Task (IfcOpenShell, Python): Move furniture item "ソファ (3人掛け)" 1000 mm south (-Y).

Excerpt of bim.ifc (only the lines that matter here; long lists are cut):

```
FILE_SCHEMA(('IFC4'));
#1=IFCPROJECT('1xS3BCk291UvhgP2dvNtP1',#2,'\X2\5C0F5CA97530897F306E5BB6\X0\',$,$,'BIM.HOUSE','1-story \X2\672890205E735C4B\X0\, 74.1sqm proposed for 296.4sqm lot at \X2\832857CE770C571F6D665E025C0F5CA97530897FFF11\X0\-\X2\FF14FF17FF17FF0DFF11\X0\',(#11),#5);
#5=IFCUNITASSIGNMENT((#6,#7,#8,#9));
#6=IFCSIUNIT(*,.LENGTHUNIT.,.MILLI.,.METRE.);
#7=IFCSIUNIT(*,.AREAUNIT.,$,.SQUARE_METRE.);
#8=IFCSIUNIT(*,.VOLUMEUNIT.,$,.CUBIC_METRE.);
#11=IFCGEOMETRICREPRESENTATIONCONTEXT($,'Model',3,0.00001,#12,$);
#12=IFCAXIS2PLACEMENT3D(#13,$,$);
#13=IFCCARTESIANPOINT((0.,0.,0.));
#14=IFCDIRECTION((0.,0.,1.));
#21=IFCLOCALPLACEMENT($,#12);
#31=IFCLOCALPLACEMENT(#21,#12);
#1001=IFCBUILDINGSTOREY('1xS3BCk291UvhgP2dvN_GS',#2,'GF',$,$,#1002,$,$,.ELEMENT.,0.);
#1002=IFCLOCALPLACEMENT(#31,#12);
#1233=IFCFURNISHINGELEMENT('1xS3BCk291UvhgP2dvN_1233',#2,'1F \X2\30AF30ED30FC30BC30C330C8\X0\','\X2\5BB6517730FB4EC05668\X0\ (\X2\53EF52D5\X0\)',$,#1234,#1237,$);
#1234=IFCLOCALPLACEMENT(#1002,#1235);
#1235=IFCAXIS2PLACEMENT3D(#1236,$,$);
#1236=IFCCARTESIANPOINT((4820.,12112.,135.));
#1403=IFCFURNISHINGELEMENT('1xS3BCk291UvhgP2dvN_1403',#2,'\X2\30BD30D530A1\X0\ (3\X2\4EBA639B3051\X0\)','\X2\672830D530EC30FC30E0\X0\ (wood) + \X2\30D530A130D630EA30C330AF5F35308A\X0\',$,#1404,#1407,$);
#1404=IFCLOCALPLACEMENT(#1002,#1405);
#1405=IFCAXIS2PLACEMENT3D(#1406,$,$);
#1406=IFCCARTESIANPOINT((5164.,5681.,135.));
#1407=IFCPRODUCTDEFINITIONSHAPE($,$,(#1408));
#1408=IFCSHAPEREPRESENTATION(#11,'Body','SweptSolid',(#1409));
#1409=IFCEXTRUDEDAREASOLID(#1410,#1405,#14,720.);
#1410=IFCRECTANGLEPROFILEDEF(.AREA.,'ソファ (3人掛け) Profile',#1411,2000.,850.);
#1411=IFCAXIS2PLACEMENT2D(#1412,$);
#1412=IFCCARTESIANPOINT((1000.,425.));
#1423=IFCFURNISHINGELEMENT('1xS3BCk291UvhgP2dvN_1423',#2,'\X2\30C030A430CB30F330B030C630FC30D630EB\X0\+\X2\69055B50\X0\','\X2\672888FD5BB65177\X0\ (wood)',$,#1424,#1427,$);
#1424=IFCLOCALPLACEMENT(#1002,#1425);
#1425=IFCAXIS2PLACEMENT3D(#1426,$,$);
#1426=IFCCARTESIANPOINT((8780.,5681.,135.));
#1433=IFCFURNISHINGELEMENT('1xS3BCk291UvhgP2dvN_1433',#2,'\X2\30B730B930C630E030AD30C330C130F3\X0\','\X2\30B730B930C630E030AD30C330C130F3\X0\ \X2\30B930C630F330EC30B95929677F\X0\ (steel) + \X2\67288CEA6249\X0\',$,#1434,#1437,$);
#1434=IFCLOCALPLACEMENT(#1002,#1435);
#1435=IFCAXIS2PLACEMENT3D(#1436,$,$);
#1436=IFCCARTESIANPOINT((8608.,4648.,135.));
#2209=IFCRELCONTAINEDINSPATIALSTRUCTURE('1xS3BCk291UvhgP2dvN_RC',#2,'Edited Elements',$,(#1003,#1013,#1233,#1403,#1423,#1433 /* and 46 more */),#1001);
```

```python
import ifcopenshell
import ifcopenshell.api.geometry
import ifcopenshell.util.placement
import ifcopenshell.util.unit

model = ifcopenshell.open("bim.ifc")
unit_scale = ifcopenshell.util.unit.calculate_unit_scale(model)

item = model.by_id(1403)
matrix = ifcopenshell.util.placement.get_local_placement(item.ObjectPlacement)
matrix[1, 3] -= 1 / unit_scale
ifcopenshell.api.geometry.edit_object_placement(model, product=item, matrix=matrix, is_si=False)

print(ifcopenshell.util.placement.get_local_placement(item.ObjectPlacement).round(3) + 0.0)

model.write("bim_updated.ifc")
```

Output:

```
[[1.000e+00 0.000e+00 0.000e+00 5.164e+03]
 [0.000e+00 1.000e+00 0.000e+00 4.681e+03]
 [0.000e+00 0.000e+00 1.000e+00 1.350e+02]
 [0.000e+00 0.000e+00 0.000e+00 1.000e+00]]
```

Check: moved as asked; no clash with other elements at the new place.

[Task instructions]
All of the entries should be written out again exactly.

[Solution to the exercise]
Task (IfcOpenShell, Python): Move furniture item "ソファ (3人掛け)" 1000 mm south (-Y).

Excerpt of bim.ifc (only the lines that matter here; long lists are cut):

```
FILE_SCHEMA(('IFC4'));
#1=IFCPROJECT('1xS3BCk291UvhgP2dvNtP1',#2,'\X2\5C0F5CA97530897F306E5BB6\X0\',$,$,'BIM.HOUSE','1-story \X2\672890205E735C4B\X0\, 74.1sqm proposed for 296.4sqm lot at \X2\832857CE770C571F6D665E025C0F5CA97530897FFF11\X0\-\X2\FF14FF17FF17FF0DFF11\X0\',(#11),#5);
#5=IFCUNITASSIGNMENT((#6,#7,#8,#9));
#6=IFCSIUNIT(*,.LENGTHUNIT.,.MILLI.,.METRE.);
#7=IFCSIUNIT(*,.AREAUNIT.,$,.SQUARE_METRE.);
#8=IFCSIUNIT(*,.VOLUMEUNIT.,$,.CUBIC_METRE.);
#11=IFCGEOMETRICREPRESENTATIONCONTEXT($,'Model',3,0.00001,#12,$);
#12=IFCAXIS2PLACEMENT3D(#13,$,$);
#13=IFCCARTESIANPOINT((0.,0.,0.));
#14=IFCDIRECTION((0.,0.,1.));
#21=IFCLOCALPLACEMENT($,#12);
#31=IFCLOCALPLACEMENT(#21,#12);
#1001=IFCBUILDINGSTOREY('1xS3BCk291UvhgP2dvN_GS',#2,'GF',$,$,#1002,$,$,.ELEMENT.,0.);
#1002=IFCLOCALPLACEMENT(#31,#12);
#1233=IFCFURNISHINGELEMENT('1xS3BCk291UvhgP2dvN_1233',#2,'1F \X2\30AF30ED30FC30BC30C330C8\X0\','\X2\5BB6517730FB4EC05668\X0\ (\X2\53EF52D5\X0\)',$,#1234,#1237,$);
#1234=IFCLOCALPLACEMENT(#1002,#1235);
#1235=IFCAXIS2PLACEMENT3D(#1236,$,$);
#1236=IFCCARTESIANPOINT((4820.,12112.,135.));
#1403=IFCFURNISHINGELEMENT('1xS3BCk291UvhgP2dvN_1403',#2,'\X2\30BD30D530A1\X0\ (3\X2\4EBA639B3051\X0\)','\X2\672830D530EC30FC30E0\X0\ (wood) + \X2\30D530A130D630EA30C330AF5F35308A\X0\',$,#1404,#1407,$);
#1404=IFCLOCALPLACEMENT(#1002,#1405);
#1405=IFCAXIS2PLACEMENT3D(#1406,$,$);
#1406=IFCCARTESIANPOINT((5164.,5681.,135.));
#1407=IFCPRODUCTDEFINITIONSHAPE($,$,(#1408));
#1408=IFCSHAPEREPRESENTATION(#11,'Body','SweptSolid',(#1409));
#1409=IFCEXTRUDEDAREASOLID(#1410,#1405,#14,720.);
#1410=IFCRECTANGLEPROFILEDEF(.AREA.,'ソファ (3人掛け) Profile',#1411,2000.,850.);
#1411=IFCAXIS2PLACEMENT2D(#1412,$);
#1412=IFCCARTESIANPOINT((1000.,425.));
#1423=IFCFURNISHINGELEMENT('1xS3BCk291UvhgP2dvN_1423',#2,'\X2\30C030A430CB30F330B030C630FC30D630EB\X0\+\X2\69055B50\X0\','\X2\672888FD5BB65177\X0\ (wood)',$,#1424,#1427,$);
#1424=IFCLOCALPLACEMENT(#1002,#1425);
#1425=IFCAXIS2PLACEMENT3D(#1426,$,$);
#1426=IFCCARTESIANPOINT((8780.,5681.,135.));
#1433=IFCFURNISHINGELEMENT('1xS3BCk291UvhgP2dvN_1433',#2,'\X2\30B730B930C630E030AD30C330C130F3\X0\','\X2\30B730B930C630E030AD30C330C130F3\X0\ \X2\30B930C630F330EC30B95929677F\X0\ (steel) + \X2\67288CEA6249\X0\',$,#1434,#1437,$);
#1434=IFCLOCALPLACEMENT(#1002,#1435);
#1435=IFCAXIS2PLACEMENT3D(#1436,$,$);
#1436=IFCCARTESIANPOINT((8608.,4648.,135.));
#2209=IFCRELCONTAINEDINSPATIALSTRUCTURE('1xS3BCk291UvhgP2dvN_RC',#2,'Edited Elements',$,(#1003,#1013,#1233,#1403,#1423,#1433 /* and 46 more */),#1001);
```

```python
import ifcopenshell
import ifcopenshell.api.geometry
import ifcopenshell.util.placement
import ifcopenshell.util.unit

model = ifcopenshell.open("bim.ifc")
unit_scale = ifcopenshell.util.unit.calculate_unit_scale(model)

item = model.by_id(1403)
matrix = ifcopenshell.util.placement.get_local_placement(item.ObjectPlacement)
matrix[1, 3] -= 1 / unit_scale
ifcopenshell.api.geometry.edit_object_placement(model, product=item, matrix=matrix, is_si=False)

print(ifcopenshell.util.placement.get_local_placement(item.ObjectPlacement).round(3) + 0.0)

model.write("bim_updated.ifc")
```

Output:

```
[[1.000e+00 0.000e+00 0.000e+00 5.164e+03]
 [0.000e+00 1.000e+00 0.000e+00 4.681e+03]
 [0.000e+00 0.000e+00 1.000e+00 1.350e+02]
 [0.000e+00 0.000e+00 0.000e+00 1.000e+00]]
```

Check: moved as asked; no clash with other elements at the new place.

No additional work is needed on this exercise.